The influence of fracturing fluid temperature and viscosity on the migration and distribution of proppants within a fracture

This work presents a numerical study incorporating the impact of temperature variations along the fracture on the viscosity of fracturing fluids and consequently on proppant distribution in hydraulic fracturing. Traditional models have not considered non-uniform temperature distributions, resulting in less accurate predictions of proppant migration and distribution. The proposed model integrates the thermal variations to enhance the understanding of proppant dynamics under realistic field conditions. The proposed model is validated through physical experiments, demonstrating significant differences in proppant placement due to temperature- induced viscosity changes.

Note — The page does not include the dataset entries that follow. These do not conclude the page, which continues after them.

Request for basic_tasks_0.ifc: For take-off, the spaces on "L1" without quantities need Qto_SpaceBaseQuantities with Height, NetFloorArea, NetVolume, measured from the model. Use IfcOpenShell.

First a look at what the model holds.

```python
import ifcopenshell
import ifcopenshell.util.element
import ifcopenshell.util.unit

model = ifcopenshell.open("basic_tasks_0.ifc")
print(model.schema)
for unit_type in ("LENGTHUNIT", "AREAUNIT", "VOLUMEUNIT"):
    print(unit_type, ifcopenshell.util.unit.calculate_unit_scale(model, unit_type))
storey = next(s for s in model.by_type("IfcBuildingStorey") if s.Name == "L1")
spaces = [e for e in ifcopenshell.util.element.get_decomposition(storey) if e.is_a("IfcSpace")]
for e in sorted(spaces, key=lambda e: e.id()):
    print(e.id(), e.is_a(), e.Name, list(ifcopenshell.util.element.get_psets(e, qtos_only=True)), sep=" | ")
```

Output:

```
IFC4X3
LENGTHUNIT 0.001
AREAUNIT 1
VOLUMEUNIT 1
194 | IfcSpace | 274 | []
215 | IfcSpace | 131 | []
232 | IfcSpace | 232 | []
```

```python
import ifcopenshell
import ifcopenshell.api.pset
import ifcopenshell.geom
import ifcopenshell.util.element
import ifcopenshell.util.shape
import ifcopenshell.util.unit

model = ifcopenshell.open("basic_tasks_0.ifc")
unit_scale = ifcopenshell.util.unit.calculate_unit_scale(model)
area_scale = ifcopenshell.util.unit.calculate_unit_scale(model, "AREAUNIT")
volume_scale = ifcopenshell.util.unit.calculate_unit_scale(model, "VOLUMEUNIT")
settings = ifcopenshell.geom.settings()

storey = next(s for s in model.by_type("IfcBuildingStorey") if s.Name == "L1")
spaces = [e for e in ifcopenshell.util.element.get_decomposition(storey) if e.is_a("IfcSpace")]

for e in sorted(spaces, key=lambda e: e.id()):
    if ifcopenshell.util.element.get_psets(e, qtos_only=True, should_inherit=False):
        continue
    # Geometry comes back in metres, in the element's own axes.
    shape = ifcopenshell.geom.create_shape(settings, e)
    values = {
        "Height": ifcopenshell.util.shape.get_z(shape.geometry) / unit_scale,
        "NetFloorArea": ifcopenshell.util.shape.get_footprint_area(shape.geometry) / area_scale,
        "NetVolume": ifcopenshell.util.shape.get_volume(shape.geometry) / volume_scale,
    }
    qto = ifcopenshell.api.pset.add_qto(model, product=e, name="Qto_SpaceBaseQuantities")
    ifcopenshell.api.pset.edit_qto(model, qto=qto, properties=values)
    print(e.id(), {k: round(v, 3) for k, v in values.items()})

model.write("basic_tasks_0_rev.ifc")
```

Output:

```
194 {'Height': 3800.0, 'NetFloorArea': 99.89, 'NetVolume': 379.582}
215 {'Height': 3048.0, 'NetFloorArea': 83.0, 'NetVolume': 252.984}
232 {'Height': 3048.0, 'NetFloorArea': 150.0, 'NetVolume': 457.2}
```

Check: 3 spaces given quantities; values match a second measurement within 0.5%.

Our results show that proppant distribution is substantially affected by lower temperatures at the fracture opening and higher temperatures at the distal end, contrasting sharply with distribution patterns observed under uniform viscosity conditions. As the temperature at the fracture opening decreases, the viscosity of the fracturing fluid increases, enhancing its capacity to transport proppant. The increased viscosity facilitates the transport of proppant deeper into the fracture, resulting in a reduction of the total amount of proppant near the fracture opening and a smaller stacking angle compared to those observed at fixed viscosities of 10, 100, and 200 mPa sThe findings offer critical insights into the mechanics of proppant flow, holding substantial theoretical and practical implications for optimizing hydraulic fracturing treatments.